What is needed here is every record, retyped without any change.
Input for this task: Begin
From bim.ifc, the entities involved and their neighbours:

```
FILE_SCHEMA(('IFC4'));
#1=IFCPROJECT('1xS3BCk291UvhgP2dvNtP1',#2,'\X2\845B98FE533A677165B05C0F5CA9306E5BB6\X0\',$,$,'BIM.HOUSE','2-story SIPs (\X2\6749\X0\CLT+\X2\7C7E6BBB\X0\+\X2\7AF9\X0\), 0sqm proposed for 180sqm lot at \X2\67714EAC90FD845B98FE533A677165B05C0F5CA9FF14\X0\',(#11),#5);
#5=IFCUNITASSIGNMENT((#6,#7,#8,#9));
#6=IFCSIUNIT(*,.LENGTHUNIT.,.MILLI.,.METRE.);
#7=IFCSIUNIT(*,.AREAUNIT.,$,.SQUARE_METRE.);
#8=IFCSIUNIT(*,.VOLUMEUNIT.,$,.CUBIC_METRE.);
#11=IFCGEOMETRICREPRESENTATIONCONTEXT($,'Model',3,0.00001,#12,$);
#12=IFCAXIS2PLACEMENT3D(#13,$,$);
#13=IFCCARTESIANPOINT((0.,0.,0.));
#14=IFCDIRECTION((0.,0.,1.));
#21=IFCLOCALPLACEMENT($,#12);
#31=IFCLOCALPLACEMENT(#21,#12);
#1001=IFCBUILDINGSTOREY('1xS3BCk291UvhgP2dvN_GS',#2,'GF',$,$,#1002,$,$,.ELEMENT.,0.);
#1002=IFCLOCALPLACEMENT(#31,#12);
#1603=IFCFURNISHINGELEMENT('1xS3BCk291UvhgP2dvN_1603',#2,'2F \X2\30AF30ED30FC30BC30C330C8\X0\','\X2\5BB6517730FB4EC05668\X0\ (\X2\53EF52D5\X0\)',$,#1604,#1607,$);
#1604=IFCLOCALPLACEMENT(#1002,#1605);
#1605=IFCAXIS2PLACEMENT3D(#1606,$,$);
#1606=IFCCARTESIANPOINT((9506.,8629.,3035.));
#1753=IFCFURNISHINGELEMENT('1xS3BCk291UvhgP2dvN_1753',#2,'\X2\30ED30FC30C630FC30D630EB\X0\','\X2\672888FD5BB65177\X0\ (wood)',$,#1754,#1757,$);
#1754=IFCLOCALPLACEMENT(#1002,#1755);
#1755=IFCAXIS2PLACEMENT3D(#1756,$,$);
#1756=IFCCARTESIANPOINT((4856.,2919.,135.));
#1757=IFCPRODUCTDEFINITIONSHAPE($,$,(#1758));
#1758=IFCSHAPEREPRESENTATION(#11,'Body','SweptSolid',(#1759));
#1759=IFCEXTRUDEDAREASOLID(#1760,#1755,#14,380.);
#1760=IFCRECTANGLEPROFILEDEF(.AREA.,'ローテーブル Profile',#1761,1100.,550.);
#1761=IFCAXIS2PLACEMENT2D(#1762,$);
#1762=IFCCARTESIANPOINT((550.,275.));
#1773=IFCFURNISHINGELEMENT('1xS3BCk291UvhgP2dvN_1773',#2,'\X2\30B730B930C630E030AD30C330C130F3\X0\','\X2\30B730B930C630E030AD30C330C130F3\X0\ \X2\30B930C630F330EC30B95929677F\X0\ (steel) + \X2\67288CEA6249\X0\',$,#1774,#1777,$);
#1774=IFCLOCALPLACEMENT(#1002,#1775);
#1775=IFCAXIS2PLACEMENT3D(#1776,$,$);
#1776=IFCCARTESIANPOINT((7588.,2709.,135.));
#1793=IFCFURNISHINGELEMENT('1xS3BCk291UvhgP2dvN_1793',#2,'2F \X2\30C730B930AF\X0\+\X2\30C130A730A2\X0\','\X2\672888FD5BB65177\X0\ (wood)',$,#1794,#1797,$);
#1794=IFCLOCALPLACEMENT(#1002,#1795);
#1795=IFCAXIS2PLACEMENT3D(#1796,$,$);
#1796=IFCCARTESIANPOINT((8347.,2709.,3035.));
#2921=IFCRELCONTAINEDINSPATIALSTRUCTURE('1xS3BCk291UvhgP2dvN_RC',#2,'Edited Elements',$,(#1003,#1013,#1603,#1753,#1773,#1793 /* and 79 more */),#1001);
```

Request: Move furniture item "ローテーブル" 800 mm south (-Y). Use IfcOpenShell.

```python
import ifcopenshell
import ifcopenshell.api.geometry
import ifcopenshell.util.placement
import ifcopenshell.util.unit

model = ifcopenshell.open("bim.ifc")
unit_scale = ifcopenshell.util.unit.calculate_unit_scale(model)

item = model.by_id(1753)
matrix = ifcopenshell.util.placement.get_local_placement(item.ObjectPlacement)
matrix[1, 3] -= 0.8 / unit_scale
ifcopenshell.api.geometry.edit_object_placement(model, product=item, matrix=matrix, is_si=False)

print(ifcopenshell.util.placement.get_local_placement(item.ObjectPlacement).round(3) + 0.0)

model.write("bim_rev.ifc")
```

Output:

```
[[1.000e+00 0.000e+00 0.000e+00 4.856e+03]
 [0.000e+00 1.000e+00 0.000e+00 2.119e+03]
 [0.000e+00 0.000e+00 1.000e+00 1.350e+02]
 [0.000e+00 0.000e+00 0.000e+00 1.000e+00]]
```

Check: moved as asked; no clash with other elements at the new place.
Input for this task: End
## Output of the exercise
From bim.ifc, the entities involved and their neighbours:

```
FILE_SCHEMA(('IFC4'));
#1=IFCPROJECT('1xS3BCk291UvhgP2dvNtP1',#2,'\X2\845B98FE533A677165B05C0F5CA9306E5BB6\X0\',$,$,'BIM.HOUSE','2-story SIPs (\X2\6749\X0\CLT+\X2\7C7E6BBB\X0\+\X2\7AF9\X0\), 0sqm proposed for 180sqm lot at \X2\67714EAC90FD845B98FE533A677165B05C0F5CA9FF14\X0\',(#11),#5);
#5=IFCUNITASSIGNMENT((#6,#7,#8,#9));
#6=IFCSIUNIT(*,.LENGTHUNIT.,.MILLI.,.METRE.);
#7=IFCSIUNIT(*,.AREAUNIT.,$,.SQUARE_METRE.);
#8=IFCSIUNIT(*,.VOLUMEUNIT.,$,.CUBIC_METRE.);
#11=IFCGEOMETRICREPRESENTATIONCONTEXT($,'Model',3,0.00001,#12,$);
#12=IFCAXIS2PLACEMENT3D(#13,$,$);
#13=IFCCARTESIANPOINT((0.,0.,0.));
#14=IFCDIRECTION((0.,0.,1.));
#21=IFCLOCALPLACEMENT($,#12);
#31=IFCLOCALPLACEMENT(#21,#12);
#1001=IFCBUILDINGSTOREY('1xS3BCk291UvhgP2dvN_GS',#2,'GF',$,$,#1002,$,$,.ELEMENT.,0.);
#1002=IFCLOCALPLACEMENT(#31,#12);
#1603=IFCFURNISHINGELEMENT('1xS3BCk291UvhgP2dvN_1603',#2,'2F \X2\30AF30ED30FC30BC30C330C8\X0\','\X2\5BB6517730FB4EC05668\X0\ (\X2\53EF52D5\X0\)',$,#1604,#1607,$);
#1604=IFCLOCALPLACEMENT(#1002,#1605);
#1605=IFCAXIS2PLACEMENT3D(#1606,$,$);
#1606=IFCCARTESIANPOINT((9506.,8629.,3035.));
#1753=IFCFURNISHINGELEMENT('1xS3BCk291UvhgP2dvN_1753',#2,'\X2\30ED30FC30C630FC30D630EB\X0\','\X2\672888FD5BB65177\X0\ (wood)',$,#1754,#1757,$);
#1754=IFCLOCALPLACEMENT(#1002,#1755);
#1755=IFCAXIS2PLACEMENT3D(#1756,$,$);
#1756=IFCCARTESIANPOINT((4856.,2919.,135.));
#1757=IFCPRODUCTDEFINITIONSHAPE($,$,(#1758));
#1758=IFCSHAPEREPRESENTATION(#11,'Body','SweptSolid',(#1759));
#1759=IFCEXTRUDEDAREASOLID(#1760,#1755,#14,380.);
#1760=IFCRECTANGLEPROFILEDEF(.AREA.,'ローテーブル Profile',#1761,1100.,550.);
#1761=IFCAXIS2PLACEMENT2D(#1762,$);
#1762=IFCCARTESIANPOINT((550.,275.));
#1773=IFCFURNISHINGELEMENT('1xS3BCk291UvhgP2dvN_1773',#2,'\X2\30B730B930C630E030AD30C330C130F3\X0\','\X2\30B730B930C630E030AD30C330C130F3\X0\ \X2\30B930C630F330EC30B95929677F\X0\ (steel) + \X2\67288CEA6249\X0\',$,#1774,#1777,$);
#1774=IFCLOCALPLACEMENT(#1002,#1775);
#1775=IFCAXIS2PLACEMENT3D(#1776,$,$);
#1776=IFCCARTESIANPOINT((7588.,2709.,135.));
#1793=IFCFURNISHINGELEMENT('1xS3BCk291UvhgP2dvN_1793',#2,'2F \X2\30C730B930AF\X0\+\X2\30C130A730A2\X0\','\X2\672888FD5BB65177\X0\ (wood)',$,#1794,#1797,$);
#1794=IFCLOCALPLACEMENT(#1002,#1795);
#1795=IFCAXIS2PLACEMENT3D(#1796,$,$);
#1796=IFCCARTESIANPOINT((8347.,2709.,3035.));
#2921=IFCRELCONTAINEDINSPATIALSTRUCTURE('1xS3BCk291UvhgP2dvN_RC',#2,'Edited Elements',$,(#1003,#1013,#1603,#1753,#1773,#1793 /* and 79 more */),#1001);
```

Request: Move furniture item "ローテーブル" 800 mm south (-Y). Use IfcOpenShell.

```python
import ifcopenshell
import ifcopenshell.api.geometry
import ifcopenshell.util.placement
import ifcopenshell.util.unit

model = ifcopenshell.open("bim.ifc")
unit_scale = ifcopenshell.util.unit.calculate_unit_scale(model)

item = model.by_id(1753)
matrix = ifcopenshell.util.placement.get_local_placement(item.ObjectPlacement)
matrix[1, 3] -= 0.8 / unit_scale
ifcopenshell.api.geometry.edit_object_placement(model, product=item, matrix=matrix, is_si=False)

print(ifcopenshell.util.placement.get_local_placement(item.ObjectPlacement).round(3) + 0.0)

model.write("bim_rev.ifc")
```

Output:

```
[[1.000e+00 0.000e+00 0.000e+00 4.856e+03]
 [0.000e+00 1.000e+00 0.000e+00 2.119e+03]
 [0.000e+00 0.000e+00 1.000e+00 1.350e+02]
 [0.000e+00 0.000e+00 0.000e+00 1.000e+00]]
```

Check: moved as asked; no clash with other elements at the new place.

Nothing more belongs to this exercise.